Review: "Uri Caine Meets Mahler"

Uri Caine Meets Mahler
(Town Hall, Birmingham , February 5th 2011, Photos from the rehearsal by
Russ Escritt)

Uri Caine's re-imaginings of Mahler can spark violently contradictory reactions in people. I could sense, for example, that two other listeners and I, sitting just a few feet apart from one another in Birmingham Town Hall last night, were in very different worlds.

Behind me, one listener was finding the grooves irresistible. But unfortunately for me he had chosen one of the hind legs of my chair as his bass drum pedal. Meanwhile, the person next to me, having sat immobile and impassive throughout most of both halves, suddenly made a grimace of pain at a particularly loud moment, raised both his hands to his ears, grabbed his overcoat, waited till the piece was over, and scarpered for the exit.

And then there was me. These reactions around me made me try to list what it is about Caine's Mahler that draws me into it so much. I know it well from records, where it can capture a particular mood. But in concert I found it had me completely hooked in at least five ways:

-The emotions are engaged by moments of intense beauty, such as the Adagietto from Symphony No 5, in which Uri Caine's long and beautifully phrased Jarrett-ish piano, Chris Batchelor's ability to grow within a phrase, Jozefina Vergara 's stylish violin-playung and Steve Watts' perfectly weighted enunciation of every first beat were just spell-binding.

-But Caine also encourages, demands detachment and irony. Somehow his Mahler in performance becomes more than just a commentary on Mahler's original, it is its own open-ended critique on cultural traditions, on religious associations in music, on performing traditions....

-It can at the same time be intensely serious and absurdly, self-mockingly funny. Rabbi Gershon Silins brought his dignity to the Hebrew incantations all the way from Toronto. But DJ Olive was often there to provide a subversive commentary.
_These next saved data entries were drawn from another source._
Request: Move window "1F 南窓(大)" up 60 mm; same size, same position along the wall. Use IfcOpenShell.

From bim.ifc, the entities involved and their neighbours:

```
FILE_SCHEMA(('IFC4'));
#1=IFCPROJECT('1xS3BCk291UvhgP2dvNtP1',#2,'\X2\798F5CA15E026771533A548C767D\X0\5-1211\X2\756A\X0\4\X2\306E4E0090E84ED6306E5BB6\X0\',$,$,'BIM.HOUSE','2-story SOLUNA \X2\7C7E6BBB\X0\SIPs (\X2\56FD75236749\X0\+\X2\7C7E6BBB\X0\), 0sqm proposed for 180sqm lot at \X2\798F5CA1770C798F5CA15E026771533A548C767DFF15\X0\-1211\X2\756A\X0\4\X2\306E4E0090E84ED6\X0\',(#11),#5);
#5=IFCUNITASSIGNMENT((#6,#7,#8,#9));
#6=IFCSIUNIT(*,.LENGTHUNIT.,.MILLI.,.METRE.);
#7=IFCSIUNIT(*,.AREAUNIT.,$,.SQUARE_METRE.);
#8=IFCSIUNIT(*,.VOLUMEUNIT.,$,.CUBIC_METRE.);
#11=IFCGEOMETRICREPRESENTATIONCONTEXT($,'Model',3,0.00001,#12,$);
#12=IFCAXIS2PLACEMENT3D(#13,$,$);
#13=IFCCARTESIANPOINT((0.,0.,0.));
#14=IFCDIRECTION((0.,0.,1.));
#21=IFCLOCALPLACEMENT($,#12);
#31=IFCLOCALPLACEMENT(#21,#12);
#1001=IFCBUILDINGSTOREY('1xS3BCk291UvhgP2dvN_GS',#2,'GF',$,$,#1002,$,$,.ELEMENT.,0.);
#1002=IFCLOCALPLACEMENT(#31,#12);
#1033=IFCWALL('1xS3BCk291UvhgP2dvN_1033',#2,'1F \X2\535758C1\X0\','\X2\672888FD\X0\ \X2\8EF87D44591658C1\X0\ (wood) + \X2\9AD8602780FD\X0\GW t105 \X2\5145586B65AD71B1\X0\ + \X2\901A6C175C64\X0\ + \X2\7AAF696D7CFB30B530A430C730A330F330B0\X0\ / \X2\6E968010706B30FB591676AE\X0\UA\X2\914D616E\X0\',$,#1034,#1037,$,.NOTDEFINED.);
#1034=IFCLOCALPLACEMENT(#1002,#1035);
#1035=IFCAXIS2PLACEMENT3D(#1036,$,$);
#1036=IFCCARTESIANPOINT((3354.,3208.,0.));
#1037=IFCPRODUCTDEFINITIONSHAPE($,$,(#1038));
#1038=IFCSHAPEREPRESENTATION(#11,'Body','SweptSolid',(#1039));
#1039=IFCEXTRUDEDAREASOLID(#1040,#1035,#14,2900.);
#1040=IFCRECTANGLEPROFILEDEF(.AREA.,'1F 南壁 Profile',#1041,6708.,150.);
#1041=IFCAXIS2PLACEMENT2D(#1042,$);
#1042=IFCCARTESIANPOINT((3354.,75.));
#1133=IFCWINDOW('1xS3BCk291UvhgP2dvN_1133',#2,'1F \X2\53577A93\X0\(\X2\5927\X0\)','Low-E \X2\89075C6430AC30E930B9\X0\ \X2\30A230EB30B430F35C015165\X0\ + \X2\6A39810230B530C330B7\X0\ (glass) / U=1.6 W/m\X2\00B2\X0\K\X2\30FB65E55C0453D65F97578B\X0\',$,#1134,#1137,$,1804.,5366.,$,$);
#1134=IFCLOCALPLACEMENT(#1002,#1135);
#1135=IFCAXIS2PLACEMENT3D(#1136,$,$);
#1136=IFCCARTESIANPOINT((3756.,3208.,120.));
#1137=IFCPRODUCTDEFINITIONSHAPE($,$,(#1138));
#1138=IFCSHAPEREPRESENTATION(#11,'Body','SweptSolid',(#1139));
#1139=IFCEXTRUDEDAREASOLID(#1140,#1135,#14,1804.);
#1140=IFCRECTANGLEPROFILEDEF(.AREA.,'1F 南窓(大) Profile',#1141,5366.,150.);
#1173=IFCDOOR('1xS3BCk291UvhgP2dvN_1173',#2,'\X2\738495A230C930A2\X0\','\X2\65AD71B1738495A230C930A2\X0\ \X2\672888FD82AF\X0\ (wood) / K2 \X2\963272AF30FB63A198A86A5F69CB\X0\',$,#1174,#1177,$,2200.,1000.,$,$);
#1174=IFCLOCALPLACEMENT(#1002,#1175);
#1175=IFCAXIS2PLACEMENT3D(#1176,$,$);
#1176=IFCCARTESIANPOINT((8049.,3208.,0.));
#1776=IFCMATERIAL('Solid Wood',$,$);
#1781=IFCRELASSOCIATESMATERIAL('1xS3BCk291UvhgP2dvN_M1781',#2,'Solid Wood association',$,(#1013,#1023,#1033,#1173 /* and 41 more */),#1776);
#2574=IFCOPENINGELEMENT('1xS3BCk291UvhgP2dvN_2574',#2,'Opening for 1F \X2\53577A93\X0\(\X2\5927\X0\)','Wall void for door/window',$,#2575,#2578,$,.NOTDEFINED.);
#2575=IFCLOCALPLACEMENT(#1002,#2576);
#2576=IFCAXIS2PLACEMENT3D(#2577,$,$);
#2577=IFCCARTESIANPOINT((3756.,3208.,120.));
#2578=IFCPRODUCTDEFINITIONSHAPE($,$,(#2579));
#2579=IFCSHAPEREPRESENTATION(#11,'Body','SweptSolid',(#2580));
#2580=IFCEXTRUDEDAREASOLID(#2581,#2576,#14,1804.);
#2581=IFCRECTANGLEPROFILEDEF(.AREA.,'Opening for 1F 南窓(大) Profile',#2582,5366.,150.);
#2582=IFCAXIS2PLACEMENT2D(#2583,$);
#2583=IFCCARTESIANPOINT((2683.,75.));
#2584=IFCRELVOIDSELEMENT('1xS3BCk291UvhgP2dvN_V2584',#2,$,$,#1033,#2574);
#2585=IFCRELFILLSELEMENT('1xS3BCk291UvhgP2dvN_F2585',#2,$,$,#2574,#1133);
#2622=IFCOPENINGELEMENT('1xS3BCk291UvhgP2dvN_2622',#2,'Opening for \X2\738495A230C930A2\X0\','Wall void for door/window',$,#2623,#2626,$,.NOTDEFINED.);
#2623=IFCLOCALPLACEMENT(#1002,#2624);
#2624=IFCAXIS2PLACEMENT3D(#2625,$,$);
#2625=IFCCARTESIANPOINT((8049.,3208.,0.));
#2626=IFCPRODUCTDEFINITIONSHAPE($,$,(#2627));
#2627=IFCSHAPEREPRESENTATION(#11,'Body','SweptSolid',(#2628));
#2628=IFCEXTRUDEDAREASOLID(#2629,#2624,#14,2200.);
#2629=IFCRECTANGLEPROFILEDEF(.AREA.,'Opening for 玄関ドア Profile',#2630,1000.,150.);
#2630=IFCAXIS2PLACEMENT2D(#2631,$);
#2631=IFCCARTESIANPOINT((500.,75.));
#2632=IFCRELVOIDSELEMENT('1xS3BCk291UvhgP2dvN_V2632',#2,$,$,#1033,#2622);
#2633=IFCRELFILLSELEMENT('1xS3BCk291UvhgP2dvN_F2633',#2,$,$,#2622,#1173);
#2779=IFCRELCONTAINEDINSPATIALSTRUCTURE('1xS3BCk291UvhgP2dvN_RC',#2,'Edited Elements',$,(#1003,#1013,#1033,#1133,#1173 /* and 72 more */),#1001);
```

```python
import numpy as np
import ifcopenshell
import ifcopenshell.api.geometry
import ifcopenshell.util.placement
import ifcopenshell.util.unit

model = ifcopenshell.open("bim.ifc")
unit_scale = ifcopenshell.util.unit.calculate_unit_scale(model)

window = model.by_id(1133)
opening = window.FillsVoids[0].RelatingOpeningElement
dz = 0.06 / unit_scale

shift = np.array([0.0, 0.0, dz])
# The window is not placed relative to its opening, so move both.
for product in (opening, window):
    matrix = ifcopenshell.util.placement.get_local_placement(product.ObjectPlacement)
    matrix[:3, 3] += shift
    ifcopenshell.api.geometry.edit_object_placement(model, product=product, matrix=matrix, is_si=False)

print(f"moved by {dz * unit_scale:+.3f} m")

model.write("bim_rev.ifc")
```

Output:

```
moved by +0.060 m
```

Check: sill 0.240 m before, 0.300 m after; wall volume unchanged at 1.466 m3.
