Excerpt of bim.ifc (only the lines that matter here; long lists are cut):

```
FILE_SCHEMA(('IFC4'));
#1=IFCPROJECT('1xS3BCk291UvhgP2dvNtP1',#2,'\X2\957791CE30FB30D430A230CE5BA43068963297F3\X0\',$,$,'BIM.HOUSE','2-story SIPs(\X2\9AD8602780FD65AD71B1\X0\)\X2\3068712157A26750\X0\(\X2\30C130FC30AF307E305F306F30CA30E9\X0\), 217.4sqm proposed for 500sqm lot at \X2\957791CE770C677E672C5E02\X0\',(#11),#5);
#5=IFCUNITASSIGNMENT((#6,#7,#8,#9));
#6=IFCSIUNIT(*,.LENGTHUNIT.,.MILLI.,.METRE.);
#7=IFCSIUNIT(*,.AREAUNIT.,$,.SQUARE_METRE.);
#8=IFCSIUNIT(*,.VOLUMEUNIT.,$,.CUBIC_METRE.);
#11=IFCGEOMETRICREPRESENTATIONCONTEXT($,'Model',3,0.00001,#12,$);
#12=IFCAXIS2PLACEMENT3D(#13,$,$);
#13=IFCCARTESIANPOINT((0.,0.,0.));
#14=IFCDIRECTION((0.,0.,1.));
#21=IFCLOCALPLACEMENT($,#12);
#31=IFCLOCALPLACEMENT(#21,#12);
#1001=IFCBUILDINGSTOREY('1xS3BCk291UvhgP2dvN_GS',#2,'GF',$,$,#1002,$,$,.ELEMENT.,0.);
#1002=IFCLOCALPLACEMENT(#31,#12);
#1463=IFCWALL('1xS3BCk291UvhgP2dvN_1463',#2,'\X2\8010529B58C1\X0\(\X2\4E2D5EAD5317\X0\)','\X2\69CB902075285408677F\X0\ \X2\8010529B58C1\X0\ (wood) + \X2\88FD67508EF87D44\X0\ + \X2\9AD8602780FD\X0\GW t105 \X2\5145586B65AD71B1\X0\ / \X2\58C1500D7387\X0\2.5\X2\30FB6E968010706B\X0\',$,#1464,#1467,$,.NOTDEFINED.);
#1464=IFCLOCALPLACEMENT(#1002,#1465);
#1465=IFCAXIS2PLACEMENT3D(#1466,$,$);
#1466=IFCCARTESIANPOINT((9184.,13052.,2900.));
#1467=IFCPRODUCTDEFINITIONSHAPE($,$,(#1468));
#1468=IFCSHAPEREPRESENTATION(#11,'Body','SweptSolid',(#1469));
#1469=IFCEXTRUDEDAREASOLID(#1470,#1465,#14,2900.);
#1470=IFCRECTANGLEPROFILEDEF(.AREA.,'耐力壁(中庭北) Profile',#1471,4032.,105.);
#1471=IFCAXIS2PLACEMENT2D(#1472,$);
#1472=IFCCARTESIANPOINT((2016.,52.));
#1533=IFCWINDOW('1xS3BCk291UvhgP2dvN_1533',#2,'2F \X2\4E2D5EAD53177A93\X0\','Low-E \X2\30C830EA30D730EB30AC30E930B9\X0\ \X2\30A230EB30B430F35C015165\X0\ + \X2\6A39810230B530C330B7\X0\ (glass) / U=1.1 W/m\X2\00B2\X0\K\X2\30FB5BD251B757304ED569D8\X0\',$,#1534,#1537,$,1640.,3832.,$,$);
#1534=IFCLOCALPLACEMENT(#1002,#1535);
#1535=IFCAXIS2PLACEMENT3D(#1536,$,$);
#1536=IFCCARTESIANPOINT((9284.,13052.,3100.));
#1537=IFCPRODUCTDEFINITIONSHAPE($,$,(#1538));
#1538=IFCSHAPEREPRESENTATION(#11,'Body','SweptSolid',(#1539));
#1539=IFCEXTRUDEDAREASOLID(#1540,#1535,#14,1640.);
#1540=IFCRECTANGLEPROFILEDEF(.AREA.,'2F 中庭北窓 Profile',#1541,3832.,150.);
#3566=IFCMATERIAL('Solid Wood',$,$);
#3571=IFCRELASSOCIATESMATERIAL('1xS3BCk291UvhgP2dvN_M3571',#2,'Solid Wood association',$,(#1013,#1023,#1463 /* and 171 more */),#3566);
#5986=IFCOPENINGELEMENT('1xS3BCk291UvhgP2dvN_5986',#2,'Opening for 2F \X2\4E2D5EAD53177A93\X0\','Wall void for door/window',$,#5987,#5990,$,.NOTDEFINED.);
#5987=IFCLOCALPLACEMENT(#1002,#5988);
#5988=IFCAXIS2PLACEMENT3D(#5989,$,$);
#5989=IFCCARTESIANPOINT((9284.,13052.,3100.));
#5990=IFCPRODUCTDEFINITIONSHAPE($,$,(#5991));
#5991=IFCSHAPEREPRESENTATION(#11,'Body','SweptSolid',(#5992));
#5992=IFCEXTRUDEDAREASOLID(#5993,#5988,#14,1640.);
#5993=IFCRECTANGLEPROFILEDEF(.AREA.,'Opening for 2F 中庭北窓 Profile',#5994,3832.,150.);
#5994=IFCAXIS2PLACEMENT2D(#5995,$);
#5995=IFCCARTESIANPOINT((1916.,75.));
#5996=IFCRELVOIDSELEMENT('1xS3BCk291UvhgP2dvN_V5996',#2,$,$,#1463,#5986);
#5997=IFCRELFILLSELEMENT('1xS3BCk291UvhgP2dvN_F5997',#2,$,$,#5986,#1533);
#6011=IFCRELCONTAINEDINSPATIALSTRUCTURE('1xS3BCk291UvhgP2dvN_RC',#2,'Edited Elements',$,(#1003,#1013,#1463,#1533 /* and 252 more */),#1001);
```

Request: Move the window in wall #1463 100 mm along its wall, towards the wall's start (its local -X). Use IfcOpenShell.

```python
import ifcopenshell
import ifcopenshell.api.geometry
import ifcopenshell.util.placement
import ifcopenshell.util.unit

model = ifcopenshell.open("bim.ifc")
unit_scale = ifcopenshell.util.unit.calculate_unit_scale(model)

window = model.by_guid("1xS3BCk291UvhgP2dvN_1533")
opening = window.FillsVoids[0].RelatingOpeningElement
wall = opening.VoidsElements[0].RelatingBuildingElement

wall_matrix = ifcopenshell.util.placement.get_local_placement(wall.ObjectPlacement)
shift = wall_matrix[:3, 0] * -0.1 / unit_scale
before = ifcopenshell.util.placement.get_local_placement(window.ObjectPlacement)[:3, 3].copy()

# The window is not placed relative to its opening, so move both.
for product in (opening, window):
    matrix = ifcopenshell.util.placement.get_local_placement(product.ObjectPlacement)
    matrix[:3, 3] += shift
    ifcopenshell.api.geometry.edit_object_placement(model, product=product, matrix=matrix, is_si=False)

after = ifcopenshell.util.placement.get_local_placement(window.ObjectPlacement)[:3, 3]
print("window moved by", (after - before).round(3) + 0.0)

model.write("bim_edited.ifc")
```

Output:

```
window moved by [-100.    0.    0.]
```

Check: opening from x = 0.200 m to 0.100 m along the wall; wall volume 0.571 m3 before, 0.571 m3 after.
-The rhythmic senses get going too. At the tempo Caine takes it, and with Jim Black's propulsion, the beat, the groove, the sheer physicality of the headlong rush into the "Ging Heut' Morgen" section of the first movement of Mahler 1 are hard to describe. They have to be experienced.

-What Caine does with the music keeps the listener's brain constantly alert. What Mahler did in his symphonies was suddenly, impetuously to grab hold of a new idea. Caine extends that method, but his frame of reference is broader. With the tonal palette Caine has he can both out-angry and out-sugar Mahler: no mean feat. I found my mind frequently going into overdrive thinking about one pattern, or a new electronic sound from DJ Olive, to realise that the music had already moved on.

These were just some of my mental meanderings (I will spare LondonJazz readers an obscure reverie about Mahler's friend Bruno Walter who performed in Birmingham Town Hall in 1933). The gig had other strong associations for other people. Uri Caine dedicated it to the memory of Tony Levin, whose loss from among us is felt everywhere, but particularly in Birmingham, where his contribution to the scene has been unequalled. Tony Dudley-Evans (kudos to him) has a personal association with the project. It was the first ticketed gig promoted by Birmingham Jazz at the then-new CBSO Centre in 1997.

Wherever the mind may wander, what a privilege the experience of live music like this is.



Uri Caine Meets Mahler was co-produced by Birmingham Jazz and Birmingham Town Hall Symphony Hall.